3. Address Socio-Demographic and Economic Factors: Develop interventions that target socio-demographic and economic factors associated with unmet need for family planning. This can include initiatives to improve educational opportunities for women, promote income-generating activities, and empower women to make informed decisions about their reproductive health.

4. Strengthen Health Care Provider Engagement: Train and educate healthcare providers on family planning counseling and services. Encourage regular visits by healthcare providers to women in the community, especially those who have not accessed family planning services in the past year. This can help address misconceptions, provide accurate information, and increase the uptake of family planning methods.

5. Enhance Monitoring and Evaluation: Establish a robust monitoring and evaluation system to track the progress of interventions aimed at improving access to maternal health.
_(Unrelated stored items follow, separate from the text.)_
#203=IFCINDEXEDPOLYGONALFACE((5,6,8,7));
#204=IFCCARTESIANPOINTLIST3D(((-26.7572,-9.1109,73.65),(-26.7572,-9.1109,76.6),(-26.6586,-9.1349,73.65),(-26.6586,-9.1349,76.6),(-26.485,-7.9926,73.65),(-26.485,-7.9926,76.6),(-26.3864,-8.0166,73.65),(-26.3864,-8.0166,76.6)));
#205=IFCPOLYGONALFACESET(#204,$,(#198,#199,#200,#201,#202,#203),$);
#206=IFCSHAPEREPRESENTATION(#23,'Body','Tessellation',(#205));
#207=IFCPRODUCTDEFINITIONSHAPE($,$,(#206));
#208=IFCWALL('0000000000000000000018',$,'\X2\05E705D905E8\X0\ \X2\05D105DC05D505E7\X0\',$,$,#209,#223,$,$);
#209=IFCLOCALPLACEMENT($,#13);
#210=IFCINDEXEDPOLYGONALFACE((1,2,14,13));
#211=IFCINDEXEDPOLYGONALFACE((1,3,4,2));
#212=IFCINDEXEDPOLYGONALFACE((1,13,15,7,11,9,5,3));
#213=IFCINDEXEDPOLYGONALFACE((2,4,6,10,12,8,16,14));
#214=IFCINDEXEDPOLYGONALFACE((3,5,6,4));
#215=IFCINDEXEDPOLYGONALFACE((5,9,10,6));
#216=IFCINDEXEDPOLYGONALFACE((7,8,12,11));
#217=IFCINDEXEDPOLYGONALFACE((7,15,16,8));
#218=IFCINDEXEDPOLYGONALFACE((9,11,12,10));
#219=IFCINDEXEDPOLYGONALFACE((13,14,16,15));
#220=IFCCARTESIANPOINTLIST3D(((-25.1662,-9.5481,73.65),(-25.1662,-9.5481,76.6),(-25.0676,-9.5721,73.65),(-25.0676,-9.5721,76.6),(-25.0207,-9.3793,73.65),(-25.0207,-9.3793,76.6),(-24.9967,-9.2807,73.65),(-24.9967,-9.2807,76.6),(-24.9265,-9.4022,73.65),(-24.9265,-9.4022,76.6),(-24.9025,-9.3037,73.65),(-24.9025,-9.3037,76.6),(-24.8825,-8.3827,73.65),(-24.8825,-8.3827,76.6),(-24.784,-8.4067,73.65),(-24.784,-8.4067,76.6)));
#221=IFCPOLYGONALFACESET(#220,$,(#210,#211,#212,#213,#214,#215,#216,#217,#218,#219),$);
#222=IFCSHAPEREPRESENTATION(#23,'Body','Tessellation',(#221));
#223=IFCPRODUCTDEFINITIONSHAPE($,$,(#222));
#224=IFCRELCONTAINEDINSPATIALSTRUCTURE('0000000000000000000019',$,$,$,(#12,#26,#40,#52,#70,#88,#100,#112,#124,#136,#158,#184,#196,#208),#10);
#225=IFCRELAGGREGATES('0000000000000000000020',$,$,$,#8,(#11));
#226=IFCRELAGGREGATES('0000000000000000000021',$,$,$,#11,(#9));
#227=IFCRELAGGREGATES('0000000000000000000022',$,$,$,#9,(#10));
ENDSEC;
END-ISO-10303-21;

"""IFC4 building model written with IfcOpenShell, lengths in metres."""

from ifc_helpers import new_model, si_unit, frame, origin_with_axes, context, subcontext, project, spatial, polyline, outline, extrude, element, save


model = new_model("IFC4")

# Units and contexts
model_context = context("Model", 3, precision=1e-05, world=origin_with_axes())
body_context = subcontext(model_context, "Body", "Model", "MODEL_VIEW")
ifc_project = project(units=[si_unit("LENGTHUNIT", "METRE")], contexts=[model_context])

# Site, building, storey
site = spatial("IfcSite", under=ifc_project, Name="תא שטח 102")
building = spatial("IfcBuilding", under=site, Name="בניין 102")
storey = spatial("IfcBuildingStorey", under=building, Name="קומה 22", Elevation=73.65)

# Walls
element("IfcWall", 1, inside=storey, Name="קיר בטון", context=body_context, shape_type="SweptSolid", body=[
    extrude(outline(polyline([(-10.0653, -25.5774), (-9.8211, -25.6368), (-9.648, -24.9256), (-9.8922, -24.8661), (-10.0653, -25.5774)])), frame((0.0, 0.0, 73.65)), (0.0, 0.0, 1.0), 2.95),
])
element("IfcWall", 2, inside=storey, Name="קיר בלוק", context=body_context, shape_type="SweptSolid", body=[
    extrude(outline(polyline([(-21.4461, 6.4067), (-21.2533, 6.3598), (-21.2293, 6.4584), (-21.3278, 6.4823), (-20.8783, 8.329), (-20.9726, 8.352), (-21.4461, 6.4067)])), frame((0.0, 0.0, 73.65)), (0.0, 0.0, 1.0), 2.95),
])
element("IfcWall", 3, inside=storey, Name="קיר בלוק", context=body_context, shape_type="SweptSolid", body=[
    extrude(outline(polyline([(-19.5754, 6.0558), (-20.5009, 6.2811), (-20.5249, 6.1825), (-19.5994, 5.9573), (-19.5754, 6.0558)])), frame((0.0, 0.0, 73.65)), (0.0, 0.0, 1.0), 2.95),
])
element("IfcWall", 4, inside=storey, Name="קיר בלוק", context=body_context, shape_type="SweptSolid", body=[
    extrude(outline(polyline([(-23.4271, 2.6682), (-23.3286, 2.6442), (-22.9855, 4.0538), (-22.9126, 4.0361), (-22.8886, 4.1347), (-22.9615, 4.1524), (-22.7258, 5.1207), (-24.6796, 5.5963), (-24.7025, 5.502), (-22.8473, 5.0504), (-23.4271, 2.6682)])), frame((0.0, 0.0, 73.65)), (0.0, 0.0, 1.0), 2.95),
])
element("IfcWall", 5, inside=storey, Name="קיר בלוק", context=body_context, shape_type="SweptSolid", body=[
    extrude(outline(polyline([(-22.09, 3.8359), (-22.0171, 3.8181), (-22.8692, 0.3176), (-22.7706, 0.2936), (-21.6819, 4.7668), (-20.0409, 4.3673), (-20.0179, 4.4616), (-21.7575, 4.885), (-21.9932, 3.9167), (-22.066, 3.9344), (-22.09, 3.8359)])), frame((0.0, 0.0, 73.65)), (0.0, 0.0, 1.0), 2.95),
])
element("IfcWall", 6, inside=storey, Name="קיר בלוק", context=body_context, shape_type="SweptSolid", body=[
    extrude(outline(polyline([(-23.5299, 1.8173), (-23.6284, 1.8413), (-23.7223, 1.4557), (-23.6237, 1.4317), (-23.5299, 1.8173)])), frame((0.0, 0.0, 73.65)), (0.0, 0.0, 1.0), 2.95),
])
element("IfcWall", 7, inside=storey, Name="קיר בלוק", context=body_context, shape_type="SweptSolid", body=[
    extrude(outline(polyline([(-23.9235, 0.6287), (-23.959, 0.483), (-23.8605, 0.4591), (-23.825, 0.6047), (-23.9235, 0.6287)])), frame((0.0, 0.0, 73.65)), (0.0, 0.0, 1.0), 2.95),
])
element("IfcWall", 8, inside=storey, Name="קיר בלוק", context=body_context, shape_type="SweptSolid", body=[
Regular data collection and analysis can help identify gaps, measure the impact of interventions, and inform future strategies.
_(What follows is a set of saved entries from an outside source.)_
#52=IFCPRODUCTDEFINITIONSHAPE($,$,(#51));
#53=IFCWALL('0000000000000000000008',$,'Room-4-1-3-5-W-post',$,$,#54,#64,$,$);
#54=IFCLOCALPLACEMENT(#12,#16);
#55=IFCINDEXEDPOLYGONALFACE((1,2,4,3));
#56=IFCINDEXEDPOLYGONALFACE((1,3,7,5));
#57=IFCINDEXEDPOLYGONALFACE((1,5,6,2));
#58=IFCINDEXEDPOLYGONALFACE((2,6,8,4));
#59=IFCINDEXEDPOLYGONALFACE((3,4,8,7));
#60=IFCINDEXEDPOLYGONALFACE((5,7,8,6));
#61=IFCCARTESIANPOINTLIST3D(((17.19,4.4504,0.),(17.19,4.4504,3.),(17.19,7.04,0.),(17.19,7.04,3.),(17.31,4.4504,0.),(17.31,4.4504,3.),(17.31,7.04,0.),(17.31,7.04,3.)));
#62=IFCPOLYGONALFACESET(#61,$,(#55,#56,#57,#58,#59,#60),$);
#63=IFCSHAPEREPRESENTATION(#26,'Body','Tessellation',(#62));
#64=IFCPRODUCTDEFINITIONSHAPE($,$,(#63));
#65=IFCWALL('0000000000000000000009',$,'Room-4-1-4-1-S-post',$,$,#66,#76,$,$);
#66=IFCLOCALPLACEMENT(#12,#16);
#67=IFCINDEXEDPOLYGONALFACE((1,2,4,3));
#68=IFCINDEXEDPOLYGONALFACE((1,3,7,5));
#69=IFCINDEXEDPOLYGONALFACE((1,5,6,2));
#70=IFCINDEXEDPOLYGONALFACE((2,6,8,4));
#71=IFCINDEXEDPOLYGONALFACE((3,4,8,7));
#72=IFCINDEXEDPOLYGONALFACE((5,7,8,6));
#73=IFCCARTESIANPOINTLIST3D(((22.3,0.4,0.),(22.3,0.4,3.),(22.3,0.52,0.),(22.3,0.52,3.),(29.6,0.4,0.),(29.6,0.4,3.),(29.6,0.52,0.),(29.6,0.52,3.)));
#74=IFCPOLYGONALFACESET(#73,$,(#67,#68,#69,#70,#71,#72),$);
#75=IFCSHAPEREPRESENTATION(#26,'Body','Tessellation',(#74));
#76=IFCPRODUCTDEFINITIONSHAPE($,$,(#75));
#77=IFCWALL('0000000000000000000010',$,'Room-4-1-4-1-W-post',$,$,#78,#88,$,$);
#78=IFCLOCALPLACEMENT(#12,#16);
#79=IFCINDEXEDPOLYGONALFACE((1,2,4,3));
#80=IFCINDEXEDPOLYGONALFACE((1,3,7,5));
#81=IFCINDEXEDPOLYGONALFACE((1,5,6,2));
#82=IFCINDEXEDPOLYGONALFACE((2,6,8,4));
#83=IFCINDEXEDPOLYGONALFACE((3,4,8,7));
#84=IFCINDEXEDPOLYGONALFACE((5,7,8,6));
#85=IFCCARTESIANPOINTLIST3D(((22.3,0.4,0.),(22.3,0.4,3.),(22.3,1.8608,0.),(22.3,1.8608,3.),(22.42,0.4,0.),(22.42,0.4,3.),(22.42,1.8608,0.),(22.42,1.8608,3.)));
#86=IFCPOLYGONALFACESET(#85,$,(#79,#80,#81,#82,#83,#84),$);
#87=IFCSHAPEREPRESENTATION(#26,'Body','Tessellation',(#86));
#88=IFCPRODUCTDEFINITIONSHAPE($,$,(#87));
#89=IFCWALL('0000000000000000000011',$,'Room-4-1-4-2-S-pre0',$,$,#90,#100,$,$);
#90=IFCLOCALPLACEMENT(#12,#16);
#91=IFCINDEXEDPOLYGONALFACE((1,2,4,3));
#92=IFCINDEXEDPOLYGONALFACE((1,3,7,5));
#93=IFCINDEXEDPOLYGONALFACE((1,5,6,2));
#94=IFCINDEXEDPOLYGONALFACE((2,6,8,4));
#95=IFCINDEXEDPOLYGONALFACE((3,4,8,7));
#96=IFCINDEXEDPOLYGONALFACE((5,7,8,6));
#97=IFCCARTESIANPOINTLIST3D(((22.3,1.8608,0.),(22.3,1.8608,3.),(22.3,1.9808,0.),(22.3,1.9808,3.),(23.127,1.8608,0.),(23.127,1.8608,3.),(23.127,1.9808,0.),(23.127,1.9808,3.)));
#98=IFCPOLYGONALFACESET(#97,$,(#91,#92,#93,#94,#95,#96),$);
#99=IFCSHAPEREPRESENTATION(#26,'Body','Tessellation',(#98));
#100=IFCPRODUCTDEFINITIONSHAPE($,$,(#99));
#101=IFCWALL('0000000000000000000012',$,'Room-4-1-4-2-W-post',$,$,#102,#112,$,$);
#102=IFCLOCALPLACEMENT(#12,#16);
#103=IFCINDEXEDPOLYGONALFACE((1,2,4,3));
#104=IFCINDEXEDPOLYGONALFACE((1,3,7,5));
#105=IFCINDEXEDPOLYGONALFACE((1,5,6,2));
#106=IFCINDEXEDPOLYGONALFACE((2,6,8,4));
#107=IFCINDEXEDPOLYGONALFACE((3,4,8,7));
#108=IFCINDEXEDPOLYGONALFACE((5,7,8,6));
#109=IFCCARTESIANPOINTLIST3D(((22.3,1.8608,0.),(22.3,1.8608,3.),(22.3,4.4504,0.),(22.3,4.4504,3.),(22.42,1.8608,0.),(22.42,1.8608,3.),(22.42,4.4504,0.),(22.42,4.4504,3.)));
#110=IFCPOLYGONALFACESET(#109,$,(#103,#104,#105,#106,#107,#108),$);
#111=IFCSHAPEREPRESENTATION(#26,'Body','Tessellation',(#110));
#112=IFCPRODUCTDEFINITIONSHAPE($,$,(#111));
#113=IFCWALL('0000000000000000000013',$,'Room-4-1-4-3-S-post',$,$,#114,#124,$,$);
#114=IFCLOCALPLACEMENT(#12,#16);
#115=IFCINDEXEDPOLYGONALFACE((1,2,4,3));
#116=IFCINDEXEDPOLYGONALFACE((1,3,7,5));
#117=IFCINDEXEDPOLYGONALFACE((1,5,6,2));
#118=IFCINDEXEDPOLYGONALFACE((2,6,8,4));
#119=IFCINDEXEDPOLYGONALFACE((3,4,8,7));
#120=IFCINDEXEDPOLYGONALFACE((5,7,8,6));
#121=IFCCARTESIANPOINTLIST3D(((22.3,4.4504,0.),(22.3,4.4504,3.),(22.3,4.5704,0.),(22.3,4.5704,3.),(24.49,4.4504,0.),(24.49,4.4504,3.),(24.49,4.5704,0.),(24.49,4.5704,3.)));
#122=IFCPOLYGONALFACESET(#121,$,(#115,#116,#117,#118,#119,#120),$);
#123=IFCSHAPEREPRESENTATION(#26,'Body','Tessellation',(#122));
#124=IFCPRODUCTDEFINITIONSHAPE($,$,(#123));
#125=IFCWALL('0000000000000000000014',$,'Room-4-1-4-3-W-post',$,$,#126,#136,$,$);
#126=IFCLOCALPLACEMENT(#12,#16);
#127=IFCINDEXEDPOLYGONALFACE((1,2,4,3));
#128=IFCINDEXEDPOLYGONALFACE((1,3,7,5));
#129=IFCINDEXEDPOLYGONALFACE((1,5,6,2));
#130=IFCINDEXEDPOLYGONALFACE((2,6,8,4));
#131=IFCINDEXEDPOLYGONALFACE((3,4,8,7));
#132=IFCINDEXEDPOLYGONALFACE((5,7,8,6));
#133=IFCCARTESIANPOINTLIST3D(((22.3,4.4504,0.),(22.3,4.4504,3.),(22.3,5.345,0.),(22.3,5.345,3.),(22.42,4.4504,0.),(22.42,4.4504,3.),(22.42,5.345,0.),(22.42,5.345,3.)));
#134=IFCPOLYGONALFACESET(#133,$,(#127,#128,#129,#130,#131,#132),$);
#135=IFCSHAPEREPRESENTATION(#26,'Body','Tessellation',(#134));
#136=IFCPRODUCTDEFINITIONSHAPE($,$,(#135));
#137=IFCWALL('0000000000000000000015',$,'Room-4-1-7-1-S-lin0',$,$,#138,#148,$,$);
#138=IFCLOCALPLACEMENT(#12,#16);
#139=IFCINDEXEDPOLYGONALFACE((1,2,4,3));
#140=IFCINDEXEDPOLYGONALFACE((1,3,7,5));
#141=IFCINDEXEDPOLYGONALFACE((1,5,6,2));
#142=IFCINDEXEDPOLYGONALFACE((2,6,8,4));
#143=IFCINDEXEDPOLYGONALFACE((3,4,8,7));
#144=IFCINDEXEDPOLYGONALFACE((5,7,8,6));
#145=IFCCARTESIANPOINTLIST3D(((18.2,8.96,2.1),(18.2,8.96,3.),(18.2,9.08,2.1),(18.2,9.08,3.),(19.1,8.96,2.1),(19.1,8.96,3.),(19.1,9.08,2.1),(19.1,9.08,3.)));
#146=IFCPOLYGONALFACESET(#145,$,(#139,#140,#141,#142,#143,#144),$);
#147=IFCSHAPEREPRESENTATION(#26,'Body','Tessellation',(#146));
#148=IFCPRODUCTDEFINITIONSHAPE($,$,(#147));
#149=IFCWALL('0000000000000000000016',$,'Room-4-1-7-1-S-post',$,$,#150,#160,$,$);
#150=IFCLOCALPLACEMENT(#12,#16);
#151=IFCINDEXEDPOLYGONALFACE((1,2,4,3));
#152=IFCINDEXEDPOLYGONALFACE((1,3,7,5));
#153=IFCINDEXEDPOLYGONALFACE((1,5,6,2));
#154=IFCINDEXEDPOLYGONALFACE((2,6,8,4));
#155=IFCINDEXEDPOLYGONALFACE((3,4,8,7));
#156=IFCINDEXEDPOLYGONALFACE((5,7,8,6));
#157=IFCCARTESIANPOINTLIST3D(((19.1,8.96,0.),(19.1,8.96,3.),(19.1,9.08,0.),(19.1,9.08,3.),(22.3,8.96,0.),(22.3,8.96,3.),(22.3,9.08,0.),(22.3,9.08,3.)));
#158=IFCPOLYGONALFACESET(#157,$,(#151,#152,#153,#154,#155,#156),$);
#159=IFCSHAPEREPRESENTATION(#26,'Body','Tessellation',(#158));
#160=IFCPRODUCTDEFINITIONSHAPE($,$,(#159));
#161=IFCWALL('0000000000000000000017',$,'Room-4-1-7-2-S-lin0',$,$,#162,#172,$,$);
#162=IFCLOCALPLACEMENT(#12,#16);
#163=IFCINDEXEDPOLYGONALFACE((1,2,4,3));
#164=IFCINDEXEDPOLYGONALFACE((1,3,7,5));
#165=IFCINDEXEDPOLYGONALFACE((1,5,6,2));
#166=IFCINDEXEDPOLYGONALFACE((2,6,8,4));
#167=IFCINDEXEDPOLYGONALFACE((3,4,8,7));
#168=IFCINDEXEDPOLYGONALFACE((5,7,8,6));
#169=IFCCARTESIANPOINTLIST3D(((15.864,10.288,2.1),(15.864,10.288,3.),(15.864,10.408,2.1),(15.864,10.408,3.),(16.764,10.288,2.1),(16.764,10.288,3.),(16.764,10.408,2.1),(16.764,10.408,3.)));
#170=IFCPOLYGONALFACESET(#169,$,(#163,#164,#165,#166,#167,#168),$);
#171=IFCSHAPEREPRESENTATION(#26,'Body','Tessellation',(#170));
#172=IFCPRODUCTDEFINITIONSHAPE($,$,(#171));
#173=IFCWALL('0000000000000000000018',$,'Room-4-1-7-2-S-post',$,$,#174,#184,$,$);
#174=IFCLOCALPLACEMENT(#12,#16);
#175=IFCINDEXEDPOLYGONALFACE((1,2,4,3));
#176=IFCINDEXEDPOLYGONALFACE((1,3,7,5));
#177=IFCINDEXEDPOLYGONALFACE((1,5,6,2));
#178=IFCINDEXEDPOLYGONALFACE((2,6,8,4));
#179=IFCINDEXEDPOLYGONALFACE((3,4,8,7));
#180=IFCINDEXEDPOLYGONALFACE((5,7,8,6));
By implementing these recommendations, it is possible to develop innovative approaches that address the unmet need for family planning and improve access to maternal health services in Bishoftu town, Eastern Ethiopia.
AI Innovations Methodology
To simulate the impact of the main recommendations on improving access to maternal health, the following methodology can be used:

1. Strengthen Health Education and Behavior Change Communication:
– Develop targeted health education programs and behavior change communication strategies.
– Implement community outreach programs, workshops, and campaigns to raise awareness about family planning services and their benefits.
– Conduct pre- and post-intervention surveys to assess changes in knowledge, attitudes, and practices related to family planning.
– Measure the increase in the utilization of family planning services through facility records and surveys.
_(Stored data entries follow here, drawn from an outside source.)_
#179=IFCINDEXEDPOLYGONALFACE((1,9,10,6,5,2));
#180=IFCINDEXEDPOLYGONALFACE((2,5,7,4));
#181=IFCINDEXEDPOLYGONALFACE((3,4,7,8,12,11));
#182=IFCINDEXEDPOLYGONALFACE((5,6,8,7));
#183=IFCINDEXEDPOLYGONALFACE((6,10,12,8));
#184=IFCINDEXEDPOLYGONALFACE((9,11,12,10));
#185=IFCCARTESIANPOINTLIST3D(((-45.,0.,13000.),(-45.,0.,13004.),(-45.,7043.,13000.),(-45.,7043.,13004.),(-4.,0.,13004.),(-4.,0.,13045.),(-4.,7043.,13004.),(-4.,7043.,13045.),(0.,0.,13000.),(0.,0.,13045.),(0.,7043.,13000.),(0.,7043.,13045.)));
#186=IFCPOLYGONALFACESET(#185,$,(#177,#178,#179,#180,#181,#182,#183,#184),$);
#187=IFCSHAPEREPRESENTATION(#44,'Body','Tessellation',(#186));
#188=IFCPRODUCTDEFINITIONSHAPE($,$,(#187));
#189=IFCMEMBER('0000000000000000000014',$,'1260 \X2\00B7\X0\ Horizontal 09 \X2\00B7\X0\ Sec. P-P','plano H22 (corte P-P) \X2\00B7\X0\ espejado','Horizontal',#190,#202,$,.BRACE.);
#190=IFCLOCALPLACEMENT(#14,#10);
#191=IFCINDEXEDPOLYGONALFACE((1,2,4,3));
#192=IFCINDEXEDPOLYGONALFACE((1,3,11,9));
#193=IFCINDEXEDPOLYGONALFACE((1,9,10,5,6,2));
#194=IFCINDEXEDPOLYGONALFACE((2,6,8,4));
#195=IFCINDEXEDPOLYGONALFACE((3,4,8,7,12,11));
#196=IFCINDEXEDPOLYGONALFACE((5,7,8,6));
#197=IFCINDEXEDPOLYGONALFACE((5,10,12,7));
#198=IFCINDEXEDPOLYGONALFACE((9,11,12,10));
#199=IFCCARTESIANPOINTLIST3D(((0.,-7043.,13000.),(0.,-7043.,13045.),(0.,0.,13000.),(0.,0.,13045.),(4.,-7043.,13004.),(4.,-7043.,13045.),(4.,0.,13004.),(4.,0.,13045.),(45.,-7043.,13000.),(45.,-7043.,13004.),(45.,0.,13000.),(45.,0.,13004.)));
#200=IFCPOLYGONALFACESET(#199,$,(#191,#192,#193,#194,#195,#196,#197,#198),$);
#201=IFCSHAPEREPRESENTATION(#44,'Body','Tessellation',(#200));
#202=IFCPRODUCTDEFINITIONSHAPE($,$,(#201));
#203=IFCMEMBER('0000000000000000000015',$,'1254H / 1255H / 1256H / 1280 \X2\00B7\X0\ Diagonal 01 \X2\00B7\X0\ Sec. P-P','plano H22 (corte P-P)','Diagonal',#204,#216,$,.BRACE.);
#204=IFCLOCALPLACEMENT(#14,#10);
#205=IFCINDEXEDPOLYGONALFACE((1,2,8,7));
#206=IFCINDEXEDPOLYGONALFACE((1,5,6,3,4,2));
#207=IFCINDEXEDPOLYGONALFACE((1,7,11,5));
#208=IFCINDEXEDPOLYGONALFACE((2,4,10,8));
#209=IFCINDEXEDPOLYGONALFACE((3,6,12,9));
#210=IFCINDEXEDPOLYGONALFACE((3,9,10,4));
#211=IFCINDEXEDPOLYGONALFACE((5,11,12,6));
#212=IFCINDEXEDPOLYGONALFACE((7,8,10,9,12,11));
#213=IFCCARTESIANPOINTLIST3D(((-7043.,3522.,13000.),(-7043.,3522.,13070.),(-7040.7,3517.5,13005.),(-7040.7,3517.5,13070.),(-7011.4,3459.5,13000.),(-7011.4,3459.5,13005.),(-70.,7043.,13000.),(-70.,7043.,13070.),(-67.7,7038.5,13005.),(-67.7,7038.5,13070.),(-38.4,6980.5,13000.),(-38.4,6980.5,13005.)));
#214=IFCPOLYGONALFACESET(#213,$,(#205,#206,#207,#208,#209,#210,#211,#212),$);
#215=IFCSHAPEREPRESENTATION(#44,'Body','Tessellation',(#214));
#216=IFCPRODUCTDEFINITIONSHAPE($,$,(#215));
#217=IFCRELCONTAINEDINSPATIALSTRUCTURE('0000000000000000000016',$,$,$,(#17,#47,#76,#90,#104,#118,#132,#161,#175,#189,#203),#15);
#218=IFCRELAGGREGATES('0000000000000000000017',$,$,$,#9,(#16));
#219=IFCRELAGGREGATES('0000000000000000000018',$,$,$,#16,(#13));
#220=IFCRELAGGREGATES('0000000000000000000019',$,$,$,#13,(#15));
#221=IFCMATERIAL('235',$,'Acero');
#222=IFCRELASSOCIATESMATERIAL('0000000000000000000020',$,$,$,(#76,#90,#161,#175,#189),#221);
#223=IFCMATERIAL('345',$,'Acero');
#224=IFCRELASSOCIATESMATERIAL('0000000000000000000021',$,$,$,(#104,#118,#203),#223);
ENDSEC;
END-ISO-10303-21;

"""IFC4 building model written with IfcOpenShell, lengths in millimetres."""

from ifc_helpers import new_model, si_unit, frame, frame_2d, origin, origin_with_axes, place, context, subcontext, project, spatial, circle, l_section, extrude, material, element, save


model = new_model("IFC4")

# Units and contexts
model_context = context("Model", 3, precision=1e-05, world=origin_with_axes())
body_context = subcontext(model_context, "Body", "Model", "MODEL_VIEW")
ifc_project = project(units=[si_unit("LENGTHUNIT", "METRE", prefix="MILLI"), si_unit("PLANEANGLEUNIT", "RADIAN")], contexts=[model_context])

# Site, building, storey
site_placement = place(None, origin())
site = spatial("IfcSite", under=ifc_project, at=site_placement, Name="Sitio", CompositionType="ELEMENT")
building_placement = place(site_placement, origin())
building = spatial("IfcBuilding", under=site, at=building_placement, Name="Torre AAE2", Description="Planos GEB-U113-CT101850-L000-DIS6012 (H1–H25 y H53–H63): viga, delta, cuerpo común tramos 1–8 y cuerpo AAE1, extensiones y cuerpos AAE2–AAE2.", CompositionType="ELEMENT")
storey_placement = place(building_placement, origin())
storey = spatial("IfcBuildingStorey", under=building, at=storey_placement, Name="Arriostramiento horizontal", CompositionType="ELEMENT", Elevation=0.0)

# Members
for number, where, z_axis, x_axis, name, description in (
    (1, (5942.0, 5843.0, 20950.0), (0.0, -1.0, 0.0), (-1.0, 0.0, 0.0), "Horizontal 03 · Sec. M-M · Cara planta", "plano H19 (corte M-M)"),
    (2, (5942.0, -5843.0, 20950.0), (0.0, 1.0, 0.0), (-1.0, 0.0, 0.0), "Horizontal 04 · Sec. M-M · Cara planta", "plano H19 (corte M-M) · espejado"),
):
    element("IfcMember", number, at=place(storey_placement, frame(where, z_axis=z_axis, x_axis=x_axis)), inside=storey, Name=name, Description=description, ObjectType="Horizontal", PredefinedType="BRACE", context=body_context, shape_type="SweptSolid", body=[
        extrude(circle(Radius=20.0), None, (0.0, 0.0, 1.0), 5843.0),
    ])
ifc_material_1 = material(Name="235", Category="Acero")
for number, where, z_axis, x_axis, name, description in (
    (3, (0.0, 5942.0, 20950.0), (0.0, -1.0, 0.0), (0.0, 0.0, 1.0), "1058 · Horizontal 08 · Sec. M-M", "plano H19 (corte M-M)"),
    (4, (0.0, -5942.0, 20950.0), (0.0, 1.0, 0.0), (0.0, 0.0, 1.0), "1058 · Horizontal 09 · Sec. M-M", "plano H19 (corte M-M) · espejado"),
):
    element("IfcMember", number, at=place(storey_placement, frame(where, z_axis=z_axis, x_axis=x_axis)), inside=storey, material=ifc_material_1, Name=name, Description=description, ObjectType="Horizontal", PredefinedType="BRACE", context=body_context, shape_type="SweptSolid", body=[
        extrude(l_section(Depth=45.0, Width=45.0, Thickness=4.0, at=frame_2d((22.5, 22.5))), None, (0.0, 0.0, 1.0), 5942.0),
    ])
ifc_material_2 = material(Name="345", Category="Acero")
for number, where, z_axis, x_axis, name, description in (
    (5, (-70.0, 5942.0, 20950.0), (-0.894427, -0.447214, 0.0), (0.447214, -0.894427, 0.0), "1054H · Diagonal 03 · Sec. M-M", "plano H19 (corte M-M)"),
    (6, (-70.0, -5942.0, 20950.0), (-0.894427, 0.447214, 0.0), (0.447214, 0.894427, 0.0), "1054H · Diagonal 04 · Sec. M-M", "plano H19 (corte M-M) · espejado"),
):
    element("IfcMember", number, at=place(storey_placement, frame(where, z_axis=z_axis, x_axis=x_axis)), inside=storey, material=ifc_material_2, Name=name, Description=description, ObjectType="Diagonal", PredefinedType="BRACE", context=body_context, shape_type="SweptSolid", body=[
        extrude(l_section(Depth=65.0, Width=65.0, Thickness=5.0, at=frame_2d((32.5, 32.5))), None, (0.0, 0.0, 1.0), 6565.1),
2. Improve Access to Family Planning Services:
– Increase the number of health facilities providing family planning services, especially in rural and semi-urban areas.
– Conduct facility assessments to identify gaps in service provision and address them through infrastructure development and resource allocation.
– Monitor the availability of contraceptives and ensure a consistent supply through regular stock monitoring and distribution system improvements.
– Track the increase in the utilization of family planning services through facility records and surveys.

3. Address Socio-Demographic and Economic Factors:
– Implement interventions targeting socio-demographic and economic factors associated with unmet need for family planning.
– Provide educational opportunities for women through scholarships, vocational training, and adult literacy programs.
– Promote income-generating activities and entrepreneurship among women to improve their economic status.
– Conduct surveys and interviews to assess changes in socio-demographic and economic indicators among women in the study area.

4. Strengthen Health Care Provider Engagement:
– Develop training programs for healthcare providers on family planning counseling and services.
– Conduct pre- and post-training assessments to evaluate changes in knowledge, skills, and attitudes of healthcare providers.
– Monitor the number of healthcare provider visits to women in the community, especially those who have not accessed family planning services in the past year.
– Assess changes in healthcare provider-client interactions and client satisfaction through surveys and interviews.

5. Enhance Monitoring and Evaluation:
– Establish a monitoring and evaluation system to track the progress of interventions.
– Collect data on key indicators such as contraceptive prevalence rate, unmet need for family planning, and demand satisfied for family planning.
– Analyze data regularly to identify trends, gaps, and areas for improvement.
– Conduct periodic surveys to assess the impact of interventions on access to maternal health services.

By implementing this methodology, it will be possible to simulate the impact of the main recommendations on improving access to maternal health in Bishoftu town, Eastern Ethiopia. The data collected through surveys, interviews, and facility records will provide valuable insights into the effectiveness of the interventions and guide future strategies for improving access to maternal health services.